### ABOUT THIS TASK
Output every entry exactly as it appears.

*** Opening DATASET RECORDS ***

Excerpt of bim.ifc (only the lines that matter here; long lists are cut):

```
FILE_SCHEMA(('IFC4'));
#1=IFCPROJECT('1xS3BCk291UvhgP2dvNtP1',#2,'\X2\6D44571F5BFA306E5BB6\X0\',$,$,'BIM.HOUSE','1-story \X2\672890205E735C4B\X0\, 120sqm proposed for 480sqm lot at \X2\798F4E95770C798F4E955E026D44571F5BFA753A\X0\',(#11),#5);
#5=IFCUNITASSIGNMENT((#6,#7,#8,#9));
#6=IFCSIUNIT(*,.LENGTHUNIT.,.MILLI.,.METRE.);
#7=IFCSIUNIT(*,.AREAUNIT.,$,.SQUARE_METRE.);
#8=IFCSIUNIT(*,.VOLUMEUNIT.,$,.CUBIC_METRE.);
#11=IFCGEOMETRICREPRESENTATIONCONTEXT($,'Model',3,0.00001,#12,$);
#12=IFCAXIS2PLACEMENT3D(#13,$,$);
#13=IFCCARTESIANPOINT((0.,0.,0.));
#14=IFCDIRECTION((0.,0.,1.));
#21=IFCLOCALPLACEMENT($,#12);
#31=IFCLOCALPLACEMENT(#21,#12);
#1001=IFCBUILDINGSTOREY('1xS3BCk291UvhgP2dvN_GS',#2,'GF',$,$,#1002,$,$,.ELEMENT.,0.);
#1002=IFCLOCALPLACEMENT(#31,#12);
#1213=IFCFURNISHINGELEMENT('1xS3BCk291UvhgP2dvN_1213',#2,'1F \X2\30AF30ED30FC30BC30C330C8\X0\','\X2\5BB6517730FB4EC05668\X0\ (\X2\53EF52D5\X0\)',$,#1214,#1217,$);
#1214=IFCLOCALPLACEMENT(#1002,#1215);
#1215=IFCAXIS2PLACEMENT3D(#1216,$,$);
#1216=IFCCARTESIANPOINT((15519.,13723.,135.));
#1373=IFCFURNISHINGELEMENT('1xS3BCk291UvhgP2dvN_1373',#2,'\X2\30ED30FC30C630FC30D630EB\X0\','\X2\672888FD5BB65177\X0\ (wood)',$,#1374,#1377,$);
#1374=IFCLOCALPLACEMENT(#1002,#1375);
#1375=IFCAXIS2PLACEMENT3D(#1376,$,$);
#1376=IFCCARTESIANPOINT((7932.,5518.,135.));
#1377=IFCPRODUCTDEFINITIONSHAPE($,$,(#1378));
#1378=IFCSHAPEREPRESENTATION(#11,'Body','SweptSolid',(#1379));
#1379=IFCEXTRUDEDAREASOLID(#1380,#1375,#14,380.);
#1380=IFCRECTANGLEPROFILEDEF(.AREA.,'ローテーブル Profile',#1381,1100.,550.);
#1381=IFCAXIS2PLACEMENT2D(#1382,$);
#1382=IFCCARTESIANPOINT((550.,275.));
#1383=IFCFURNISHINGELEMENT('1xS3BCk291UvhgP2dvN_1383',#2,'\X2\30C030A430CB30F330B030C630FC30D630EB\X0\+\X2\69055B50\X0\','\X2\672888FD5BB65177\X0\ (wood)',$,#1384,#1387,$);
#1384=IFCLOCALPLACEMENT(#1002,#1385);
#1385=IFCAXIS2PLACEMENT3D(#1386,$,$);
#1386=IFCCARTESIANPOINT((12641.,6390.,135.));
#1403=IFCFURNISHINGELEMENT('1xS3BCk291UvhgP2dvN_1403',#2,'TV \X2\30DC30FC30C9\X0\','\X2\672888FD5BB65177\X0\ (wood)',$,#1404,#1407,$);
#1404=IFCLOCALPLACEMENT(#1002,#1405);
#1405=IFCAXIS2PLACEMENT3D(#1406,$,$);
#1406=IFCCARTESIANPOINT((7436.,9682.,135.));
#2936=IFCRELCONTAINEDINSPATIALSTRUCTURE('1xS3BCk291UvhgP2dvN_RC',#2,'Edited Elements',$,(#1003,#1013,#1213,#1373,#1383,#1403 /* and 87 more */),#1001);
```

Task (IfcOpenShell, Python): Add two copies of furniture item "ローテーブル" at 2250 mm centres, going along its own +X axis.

```python
import ifcopenshell
import ifcopenshell.api.geometry
import ifcopenshell.api.root
import ifcopenshell.util.element
import ifcopenshell.util.placement

model = ifcopenshell.open("bim.ifc")


def reuse_history(source, copy):
    """copy_class also copies each property set's owner history, people and application; keep the originals."""
    for rel in copy.IsDefinedBy:
        if rel.is_a("IfcRelDefinesByProperties") and (history := rel.RelatingPropertyDefinition.OwnerHistory):
            rel.RelatingPropertyDefinition.OwnerHistory = source.OwnerHistory
            ifcopenshell.util.element.remove_deep2(model, history)


source = model.by_id(1373)
base = ifcopenshell.util.placement.get_local_placement(source.ObjectPlacement)
step = base[:3, 0] * 2250.0

for i in range(1, 3):
    copy = ifcopenshell.api.root.copy_class(model, product=source)
    copy.Representation = ifcopenshell.util.element.copy_deep(
        model, source.Representation, exclude=["IfcGeometricRepresentationContext", "IfcRepresentationMap"]
    )
    reuse_history(source, copy)
    matrix = base.copy()
    matrix[:3, 3] += i * step
    print("added at", matrix[:3, 3].round(3) + 0.0)
    ifcopenshell.api.geometry.edit_object_placement(model, product=copy, matrix=matrix, is_si=False)

model.write("bim_edited.ifc")
```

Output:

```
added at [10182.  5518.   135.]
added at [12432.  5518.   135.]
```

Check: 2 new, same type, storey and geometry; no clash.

*** Closing DATASET RECORDS ***

### SOLVED PROBLEM
Excerpt of bim.ifc (only the lines that matter here; long lists are cut):

```
FILE_SCHEMA(('IFC4'));
#1=IFCPROJECT('1xS3BCk291UvhgP2dvNtP1',#2,'\X2\6D44571F5BFA306E5BB6\X0\',$,$,'BIM.HOUSE','1-story \X2\672890205E735C4B\X0\, 120sqm proposed for 480sqm lot at \X2\798F4E95770C798F4E955E026D44571F5BFA753A\X0\',(#11),#5);
#5=IFCUNITASSIGNMENT((#6,#7,#8,#9));
#6=IFCSIUNIT(*,.LENGTHUNIT.,.MILLI.,.METRE.);
#7=IFCSIUNIT(*,.AREAUNIT.,$,.SQUARE_METRE.);
#8=IFCSIUNIT(*,.VOLUMEUNIT.,$,.CUBIC_METRE.);
#11=IFCGEOMETRICREPRESENTATIONCONTEXT($,'Model',3,0.00001,#12,$);
#12=IFCAXIS2PLACEMENT3D(#13,$,$);
#13=IFCCARTESIANPOINT((0.,0.,0.));
#14=IFCDIRECTION((0.,0.,1.));
#21=IFCLOCALPLACEMENT($,#12);
#31=IFCLOCALPLACEMENT(#21,#12);
#1001=IFCBUILDINGSTOREY('1xS3BCk291UvhgP2dvN_GS',#2,'GF',$,$,#1002,$,$,.ELEMENT.,0.);
#1002=IFCLOCALPLACEMENT(#31,#12);
#1213=IFCFURNISHINGELEMENT('1xS3BCk291UvhgP2dvN_1213',#2,'1F \X2\30AF30ED30FC30BC30C330C8\X0\','\X2\5BB6517730FB4EC05668\X0\ (\X2\53EF52D5\X0\)',$,#1214,#1217,$);
#1214=IFCLOCALPLACEMENT(#1002,#1215);
#1215=IFCAXIS2PLACEMENT3D(#1216,$,$);
#1216=IFCCARTESIANPOINT((15519.,13723.,135.));
#1373=IFCFURNISHINGELEMENT('1xS3BCk291UvhgP2dvN_1373',#2,'\X2\30ED30FC30C630FC30D630EB\X0\','\X2\672888FD5BB65177\X0\ (wood)',$,#1374,#1377,$);
#1374=IFCLOCALPLACEMENT(#1002,#1375);
#1375=IFCAXIS2PLACEMENT3D(#1376,$,$);
#1376=IFCCARTESIANPOINT((7932.,5518.,135.));
#1377=IFCPRODUCTDEFINITIONSHAPE($,$,(#1378));
#1378=IFCSHAPEREPRESENTATION(#11,'Body','SweptSolid',(#1379));
#1379=IFCEXTRUDEDAREASOLID(#1380,#1375,#14,380.);
#1380=IFCRECTANGLEPROFILEDEF(.AREA.,'ローテーブル Profile',#1381,1100.,550.);
#1381=IFCAXIS2PLACEMENT2D(#1382,$);
#1382=IFCCARTESIANPOINT((550.,275.));
#1383=IFCFURNISHINGELEMENT('1xS3BCk291UvhgP2dvN_1383',#2,'\X2\30C030A430CB30F330B030C630FC30D630EB\X0\+\X2\69055B50\X0\','\X2\672888FD5BB65177\X0\ (wood)',$,#1384,#1387,$);
#1384=IFCLOCALPLACEMENT(#1002,#1385);
#1385=IFCAXIS2PLACEMENT3D(#1386,$,$);
#1386=IFCCARTESIANPOINT((12641.,6390.,135.));
#1403=IFCFURNISHINGELEMENT('1xS3BCk291UvhgP2dvN_1403',#2,'TV \X2\30DC30FC30C9\X0\','\X2\672888FD5BB65177\X0\ (wood)',$,#1404,#1407,$);
#1404=IFCLOCALPLACEMENT(#1002,#1405);
#1405=IFCAXIS2PLACEMENT3D(#1406,$,$);
#1406=IFCCARTESIANPOINT((7436.,9682.,135.));
#2936=IFCRELCONTAINEDINSPATIALSTRUCTURE('1xS3BCk291UvhgP2dvN_RC',#2,'Edited Elements',$,(#1003,#1013,#1213,#1373,#1383,#1403 /* and 87 more */),#1001);
```

Task (IfcOpenShell, Python): Add two copies of furniture item "ローテーブル" at 2250 mm centres, going along its own +X axis.

```python
import ifcopenshell
import ifcopenshell.api.geometry
import ifcopenshell.api.root
import ifcopenshell.util.element
import ifcopenshell.util.placement

model = ifcopenshell.open("bim.ifc")


def reuse_history(source, copy):
    """copy_class also copies each property set's owner history, people and application; keep the originals."""
    for rel in copy.IsDefinedBy:
        if rel.is_a("IfcRelDefinesByProperties") and (history := rel.RelatingPropertyDefinition.OwnerHistory):
            rel.RelatingPropertyDefinition.OwnerHistory = source.OwnerHistory
            ifcopenshell.util.element.remove_deep2(model, history)


source = model.by_id(1373)
base = ifcopenshell.util.placement.get_local_placement(source.ObjectPlacement)
step = base[:3, 0] * 2250.0

for i in range(1, 3):
    copy = ifcopenshell.api.root.copy_class(model, product=source)
    copy.Representation = ifcopenshell.util.element.copy_deep(
        model, source.Representation, exclude=["IfcGeometricRepresentationContext", "IfcRepresentationMap"]
    )
    reuse_history(source, copy)
    matrix = base.copy()
    matrix[:3, 3] += i * step
    print("added at", matrix[:3, 3].round(3) + 0.0)
    ifcopenshell.api.geometry.edit_object_placement(model, product=copy, matrix=matrix, is_si=False)

model.write("bim_edited.ifc")
```

Output:

```
added at [10182.  5518.   135.]
added at [12432.  5518.   135.]
```

Check: 2 new, same type, storey and geometry; no clash.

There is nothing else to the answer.